> [Work item]: Repeat exactly, and only, the lines below starting at the line that contains "#117=IFCRELAGGREGATES('0000000000000000000012',$,$,$,#10,(#11));" and ending at the line that contains "END-ISO-10303-21;", inclusive of both.

> [Records supplied]:

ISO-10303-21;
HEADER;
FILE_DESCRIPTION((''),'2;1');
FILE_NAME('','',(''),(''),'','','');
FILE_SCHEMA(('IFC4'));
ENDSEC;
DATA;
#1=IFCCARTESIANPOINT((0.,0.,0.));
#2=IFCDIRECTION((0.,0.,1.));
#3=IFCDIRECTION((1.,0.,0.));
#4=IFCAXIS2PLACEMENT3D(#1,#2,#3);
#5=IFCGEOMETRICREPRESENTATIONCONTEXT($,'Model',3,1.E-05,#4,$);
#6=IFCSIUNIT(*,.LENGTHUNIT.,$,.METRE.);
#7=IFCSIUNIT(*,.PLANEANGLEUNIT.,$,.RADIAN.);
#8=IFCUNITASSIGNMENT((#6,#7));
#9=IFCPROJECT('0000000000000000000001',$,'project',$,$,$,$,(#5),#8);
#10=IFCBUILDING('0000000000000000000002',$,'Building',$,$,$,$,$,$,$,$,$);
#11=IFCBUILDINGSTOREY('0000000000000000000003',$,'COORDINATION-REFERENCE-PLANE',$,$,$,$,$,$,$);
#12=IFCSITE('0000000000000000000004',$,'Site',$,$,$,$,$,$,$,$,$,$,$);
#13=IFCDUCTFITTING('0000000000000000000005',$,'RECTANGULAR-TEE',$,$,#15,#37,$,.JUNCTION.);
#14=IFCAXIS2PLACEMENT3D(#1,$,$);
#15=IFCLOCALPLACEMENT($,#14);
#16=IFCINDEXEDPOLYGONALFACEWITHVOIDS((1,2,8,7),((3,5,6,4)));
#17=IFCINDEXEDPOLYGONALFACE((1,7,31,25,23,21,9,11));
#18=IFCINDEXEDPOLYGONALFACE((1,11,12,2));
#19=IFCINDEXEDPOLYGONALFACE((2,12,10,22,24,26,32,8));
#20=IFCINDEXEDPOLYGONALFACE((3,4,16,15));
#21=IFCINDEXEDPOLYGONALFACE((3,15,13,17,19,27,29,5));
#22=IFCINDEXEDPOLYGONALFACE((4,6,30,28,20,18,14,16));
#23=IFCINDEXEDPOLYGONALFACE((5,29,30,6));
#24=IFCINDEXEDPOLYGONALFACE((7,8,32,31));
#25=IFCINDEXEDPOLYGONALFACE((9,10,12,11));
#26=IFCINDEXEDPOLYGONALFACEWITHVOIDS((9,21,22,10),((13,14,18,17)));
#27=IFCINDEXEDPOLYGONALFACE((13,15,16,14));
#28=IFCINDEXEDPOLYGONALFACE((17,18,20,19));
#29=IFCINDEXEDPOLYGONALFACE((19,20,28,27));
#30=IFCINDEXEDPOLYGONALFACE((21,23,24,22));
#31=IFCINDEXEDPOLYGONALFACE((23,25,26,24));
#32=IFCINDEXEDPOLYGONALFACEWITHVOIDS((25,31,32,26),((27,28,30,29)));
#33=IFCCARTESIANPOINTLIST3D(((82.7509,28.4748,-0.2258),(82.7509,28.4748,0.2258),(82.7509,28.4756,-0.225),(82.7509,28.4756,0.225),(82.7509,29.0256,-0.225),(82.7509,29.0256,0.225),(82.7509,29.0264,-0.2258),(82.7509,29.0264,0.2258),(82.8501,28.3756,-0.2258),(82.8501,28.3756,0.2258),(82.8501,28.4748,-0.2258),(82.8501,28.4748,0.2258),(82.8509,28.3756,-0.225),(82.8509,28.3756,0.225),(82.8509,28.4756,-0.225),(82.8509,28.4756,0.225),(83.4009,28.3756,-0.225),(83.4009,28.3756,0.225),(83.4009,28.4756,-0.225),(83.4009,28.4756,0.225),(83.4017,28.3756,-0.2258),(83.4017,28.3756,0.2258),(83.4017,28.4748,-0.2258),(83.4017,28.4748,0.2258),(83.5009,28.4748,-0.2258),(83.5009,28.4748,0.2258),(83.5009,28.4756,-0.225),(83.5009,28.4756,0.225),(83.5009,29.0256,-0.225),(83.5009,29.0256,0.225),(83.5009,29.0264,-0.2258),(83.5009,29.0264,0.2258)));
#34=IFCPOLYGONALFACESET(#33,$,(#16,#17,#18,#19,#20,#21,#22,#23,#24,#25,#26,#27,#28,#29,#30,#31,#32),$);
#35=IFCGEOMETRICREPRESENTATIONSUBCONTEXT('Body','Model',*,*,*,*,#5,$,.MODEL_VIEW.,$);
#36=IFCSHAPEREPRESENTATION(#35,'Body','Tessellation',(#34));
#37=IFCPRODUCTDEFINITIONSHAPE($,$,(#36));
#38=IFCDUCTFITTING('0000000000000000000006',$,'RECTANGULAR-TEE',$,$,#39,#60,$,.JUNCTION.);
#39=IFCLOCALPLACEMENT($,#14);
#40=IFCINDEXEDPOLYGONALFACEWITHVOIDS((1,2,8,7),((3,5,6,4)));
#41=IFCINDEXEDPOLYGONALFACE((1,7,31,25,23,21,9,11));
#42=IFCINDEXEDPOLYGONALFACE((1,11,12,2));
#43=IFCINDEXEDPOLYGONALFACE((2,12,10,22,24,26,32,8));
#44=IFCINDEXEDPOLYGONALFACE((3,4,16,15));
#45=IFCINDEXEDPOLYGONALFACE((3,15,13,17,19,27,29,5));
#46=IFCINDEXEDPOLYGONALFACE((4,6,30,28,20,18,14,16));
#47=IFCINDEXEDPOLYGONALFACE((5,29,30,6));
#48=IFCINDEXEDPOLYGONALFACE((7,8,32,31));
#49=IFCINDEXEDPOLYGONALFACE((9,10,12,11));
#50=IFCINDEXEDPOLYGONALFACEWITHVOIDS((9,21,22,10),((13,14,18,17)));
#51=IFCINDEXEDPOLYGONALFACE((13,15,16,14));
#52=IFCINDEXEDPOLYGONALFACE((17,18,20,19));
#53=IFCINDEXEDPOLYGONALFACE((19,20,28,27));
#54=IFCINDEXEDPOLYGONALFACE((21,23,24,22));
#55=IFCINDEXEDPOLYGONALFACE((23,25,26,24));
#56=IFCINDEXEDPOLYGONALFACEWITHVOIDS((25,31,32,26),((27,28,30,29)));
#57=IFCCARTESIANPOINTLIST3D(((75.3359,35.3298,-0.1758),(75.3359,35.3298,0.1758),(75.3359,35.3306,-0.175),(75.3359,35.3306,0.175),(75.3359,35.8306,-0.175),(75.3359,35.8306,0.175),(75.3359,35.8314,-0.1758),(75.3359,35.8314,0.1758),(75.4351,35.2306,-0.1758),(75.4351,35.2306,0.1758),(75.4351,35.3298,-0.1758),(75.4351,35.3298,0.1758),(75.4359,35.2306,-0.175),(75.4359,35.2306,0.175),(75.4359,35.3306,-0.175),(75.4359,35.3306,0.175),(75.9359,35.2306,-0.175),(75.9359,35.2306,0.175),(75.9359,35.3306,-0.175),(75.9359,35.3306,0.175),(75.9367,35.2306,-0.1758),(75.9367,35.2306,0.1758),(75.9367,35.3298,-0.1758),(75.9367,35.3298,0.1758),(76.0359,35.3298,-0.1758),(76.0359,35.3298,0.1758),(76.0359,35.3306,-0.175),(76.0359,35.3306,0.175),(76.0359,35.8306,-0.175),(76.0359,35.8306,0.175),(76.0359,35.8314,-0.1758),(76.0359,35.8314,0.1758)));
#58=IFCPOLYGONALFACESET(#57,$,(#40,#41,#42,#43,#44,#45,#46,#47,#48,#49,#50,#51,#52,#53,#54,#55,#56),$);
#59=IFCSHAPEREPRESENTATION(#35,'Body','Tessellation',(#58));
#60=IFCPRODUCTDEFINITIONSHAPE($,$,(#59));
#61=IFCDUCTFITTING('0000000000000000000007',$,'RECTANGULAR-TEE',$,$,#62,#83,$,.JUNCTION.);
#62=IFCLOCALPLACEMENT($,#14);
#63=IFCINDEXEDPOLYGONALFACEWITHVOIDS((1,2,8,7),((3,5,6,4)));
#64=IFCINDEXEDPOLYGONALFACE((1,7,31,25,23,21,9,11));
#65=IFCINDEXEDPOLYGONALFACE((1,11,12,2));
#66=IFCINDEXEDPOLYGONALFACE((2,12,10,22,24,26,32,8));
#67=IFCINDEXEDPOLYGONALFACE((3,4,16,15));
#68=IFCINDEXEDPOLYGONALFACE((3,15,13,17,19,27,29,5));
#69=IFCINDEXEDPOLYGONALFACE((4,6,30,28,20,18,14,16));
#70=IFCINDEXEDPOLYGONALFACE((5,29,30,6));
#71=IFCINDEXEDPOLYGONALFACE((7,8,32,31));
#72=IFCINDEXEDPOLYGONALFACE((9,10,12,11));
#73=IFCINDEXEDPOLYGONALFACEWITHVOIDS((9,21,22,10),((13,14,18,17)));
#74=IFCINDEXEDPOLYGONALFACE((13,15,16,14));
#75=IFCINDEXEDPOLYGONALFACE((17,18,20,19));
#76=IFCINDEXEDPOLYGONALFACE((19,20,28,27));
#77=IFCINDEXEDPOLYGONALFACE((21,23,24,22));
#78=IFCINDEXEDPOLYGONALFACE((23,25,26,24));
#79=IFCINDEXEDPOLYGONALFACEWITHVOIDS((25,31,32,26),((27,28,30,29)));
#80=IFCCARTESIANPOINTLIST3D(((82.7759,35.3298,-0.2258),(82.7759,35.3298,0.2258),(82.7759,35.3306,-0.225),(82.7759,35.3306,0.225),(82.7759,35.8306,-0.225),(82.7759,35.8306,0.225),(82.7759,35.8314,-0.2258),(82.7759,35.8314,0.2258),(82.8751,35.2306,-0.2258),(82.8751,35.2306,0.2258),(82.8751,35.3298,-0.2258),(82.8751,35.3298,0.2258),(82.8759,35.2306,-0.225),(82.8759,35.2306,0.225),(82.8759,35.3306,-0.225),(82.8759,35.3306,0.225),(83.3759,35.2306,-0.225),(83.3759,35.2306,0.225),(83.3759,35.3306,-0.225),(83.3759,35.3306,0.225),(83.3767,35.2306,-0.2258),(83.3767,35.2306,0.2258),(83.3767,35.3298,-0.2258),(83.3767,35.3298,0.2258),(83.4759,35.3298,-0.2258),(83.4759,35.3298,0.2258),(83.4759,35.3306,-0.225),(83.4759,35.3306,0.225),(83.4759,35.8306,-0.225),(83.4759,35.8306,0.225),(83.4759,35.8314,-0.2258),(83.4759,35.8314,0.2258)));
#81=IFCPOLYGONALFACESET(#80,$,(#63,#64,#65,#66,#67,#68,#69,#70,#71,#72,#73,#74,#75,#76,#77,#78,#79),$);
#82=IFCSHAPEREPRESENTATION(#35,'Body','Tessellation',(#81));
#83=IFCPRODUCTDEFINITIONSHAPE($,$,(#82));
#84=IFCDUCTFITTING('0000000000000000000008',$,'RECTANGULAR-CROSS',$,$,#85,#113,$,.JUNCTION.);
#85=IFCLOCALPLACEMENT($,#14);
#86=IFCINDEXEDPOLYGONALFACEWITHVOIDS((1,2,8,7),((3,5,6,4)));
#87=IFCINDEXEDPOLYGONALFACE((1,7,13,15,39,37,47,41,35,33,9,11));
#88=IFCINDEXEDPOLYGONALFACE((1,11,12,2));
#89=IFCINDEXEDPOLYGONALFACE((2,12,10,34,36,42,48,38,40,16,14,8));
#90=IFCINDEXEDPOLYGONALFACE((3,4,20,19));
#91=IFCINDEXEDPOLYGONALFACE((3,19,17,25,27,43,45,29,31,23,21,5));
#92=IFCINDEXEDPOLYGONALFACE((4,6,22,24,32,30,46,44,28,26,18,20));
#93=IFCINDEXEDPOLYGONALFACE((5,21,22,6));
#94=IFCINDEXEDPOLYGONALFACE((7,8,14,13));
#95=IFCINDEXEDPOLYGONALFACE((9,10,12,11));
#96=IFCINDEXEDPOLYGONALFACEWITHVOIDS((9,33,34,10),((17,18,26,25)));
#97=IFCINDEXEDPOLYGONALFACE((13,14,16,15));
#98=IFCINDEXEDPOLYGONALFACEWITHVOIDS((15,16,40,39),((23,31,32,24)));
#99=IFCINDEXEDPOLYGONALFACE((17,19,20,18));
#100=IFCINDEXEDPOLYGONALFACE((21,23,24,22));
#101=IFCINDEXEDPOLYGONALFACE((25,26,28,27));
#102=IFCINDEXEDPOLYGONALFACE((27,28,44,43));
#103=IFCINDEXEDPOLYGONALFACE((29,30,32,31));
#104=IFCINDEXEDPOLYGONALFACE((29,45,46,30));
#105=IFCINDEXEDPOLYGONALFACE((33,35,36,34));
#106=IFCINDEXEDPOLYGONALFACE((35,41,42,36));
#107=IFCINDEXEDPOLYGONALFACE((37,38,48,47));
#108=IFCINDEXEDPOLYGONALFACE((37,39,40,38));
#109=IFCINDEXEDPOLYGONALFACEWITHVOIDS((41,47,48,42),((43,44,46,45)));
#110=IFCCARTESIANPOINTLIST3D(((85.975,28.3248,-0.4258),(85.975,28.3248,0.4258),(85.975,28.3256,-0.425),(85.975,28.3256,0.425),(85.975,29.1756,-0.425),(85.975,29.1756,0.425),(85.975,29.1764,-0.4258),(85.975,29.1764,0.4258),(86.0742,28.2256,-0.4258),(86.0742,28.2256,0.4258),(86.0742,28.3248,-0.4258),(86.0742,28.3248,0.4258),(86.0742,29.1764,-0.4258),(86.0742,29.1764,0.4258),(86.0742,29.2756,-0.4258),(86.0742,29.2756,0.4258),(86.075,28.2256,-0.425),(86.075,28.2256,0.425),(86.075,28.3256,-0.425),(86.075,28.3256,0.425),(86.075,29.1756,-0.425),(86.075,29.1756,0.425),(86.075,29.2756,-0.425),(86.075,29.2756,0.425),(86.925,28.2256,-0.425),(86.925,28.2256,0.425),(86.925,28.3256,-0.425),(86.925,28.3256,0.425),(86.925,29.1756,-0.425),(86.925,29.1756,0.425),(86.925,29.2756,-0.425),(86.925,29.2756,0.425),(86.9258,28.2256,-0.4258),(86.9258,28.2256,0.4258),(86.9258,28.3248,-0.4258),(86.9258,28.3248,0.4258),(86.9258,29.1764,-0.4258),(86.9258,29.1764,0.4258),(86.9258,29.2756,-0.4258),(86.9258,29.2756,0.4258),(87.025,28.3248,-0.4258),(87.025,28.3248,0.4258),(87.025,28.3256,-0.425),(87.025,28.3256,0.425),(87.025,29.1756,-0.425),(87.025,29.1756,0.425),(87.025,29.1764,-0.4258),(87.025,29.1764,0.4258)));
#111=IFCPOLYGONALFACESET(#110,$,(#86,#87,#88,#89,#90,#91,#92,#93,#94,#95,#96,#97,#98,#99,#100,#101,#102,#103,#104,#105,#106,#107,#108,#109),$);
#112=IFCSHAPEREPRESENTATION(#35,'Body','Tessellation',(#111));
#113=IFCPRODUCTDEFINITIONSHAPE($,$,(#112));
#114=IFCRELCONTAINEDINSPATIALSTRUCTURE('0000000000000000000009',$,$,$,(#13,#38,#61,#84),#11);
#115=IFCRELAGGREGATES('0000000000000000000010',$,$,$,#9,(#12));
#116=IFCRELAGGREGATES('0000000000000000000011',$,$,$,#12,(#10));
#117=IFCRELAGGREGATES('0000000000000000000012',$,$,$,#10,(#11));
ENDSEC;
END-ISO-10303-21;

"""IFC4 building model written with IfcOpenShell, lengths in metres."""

from ifc_helpers import new_model, si_unit, frame, origin_with_axes, place, context, subcontext, project, spatial, rectangle, extrude, boolean, element, save


model = new_model("IFC4")

# Units and contexts
model_context = context("Model", 3, precision=1e-05, world=origin_with_axes())
body_context = subcontext(model_context, "Body", "Model", "MODEL_VIEW")
ifc_project = project(units=[si_unit("LENGTHUNIT", "METRE"), si_unit("PLANEANGLEUNIT", "RADIAN")], contexts=[model_context])

# Site, building, storey
site = spatial("IfcSite", under=ifc_project, Name="Site")
building = spatial("IfcBuilding", under=site, Name="Building")
storey = spatial("IfcBuildingStorey", under=building, Name="COORDINATION-REFERENCE-PLANE")

# Duct fittings
duct_fitting_1_placement = place(None, frame((83.1259, 28.7506, 0.0), z_axis=(-1.0, 0.0, 0.0), x_axis=(0.0, -1.0, 0.0)))
solid_1 = boolean("UNION", extrude(rectangle(XDim=0.55, YDim=0.45), frame((0.0, 0.0, -0.375), z_axis=(0.0, 0.0, 1.0), x_axis=(1.0, 0.0, 0.0)), (0.0, 0.0, 1.0), 0.75), extrude(rectangle(XDim=0.55, YDim=0.45), frame((0.0, 0.0, 0.0), z_axis=(1.0, 0.0, 0.0), x_axis=(0.0, 0.0, -1.0)), (0.0, 0.0, 1.0), 0.375))
element("IfcDuctFitting", 1, at=duct_fitting_1_placement, inside=storey, Name="RECTANGULAR-TEE", PredefinedType="JUNCTION", context=body_context, shape_type="CSG", body=[
    boolean("DIFFERENCE", boolean("UNION", extrude(rectangle(XDim=0.5516, YDim=0.4516), frame((0.0, 0.0, -0.375), z_axis=(0.0, 0.0, 1.0), x_axis=(1.0, 0.0, 0.0)), (0.0, 0.0, 1.0), 0.75), extrude(rectangle(XDim=0.5516, YDim=0.4516), frame((0.0, 0.0, 0.0), z_axis=(1.0, 0.0, 0.0), x_axis=(0.0, 0.0, -1.0)), (0.0, 0.0, 1.0), 0.375)), solid_1),
])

> [Written reply]:
#117=IFCRELAGGREGATES('0000000000000000000012',$,$,$,#10,(#11));
ENDSEC;
END-ISO-10303-21;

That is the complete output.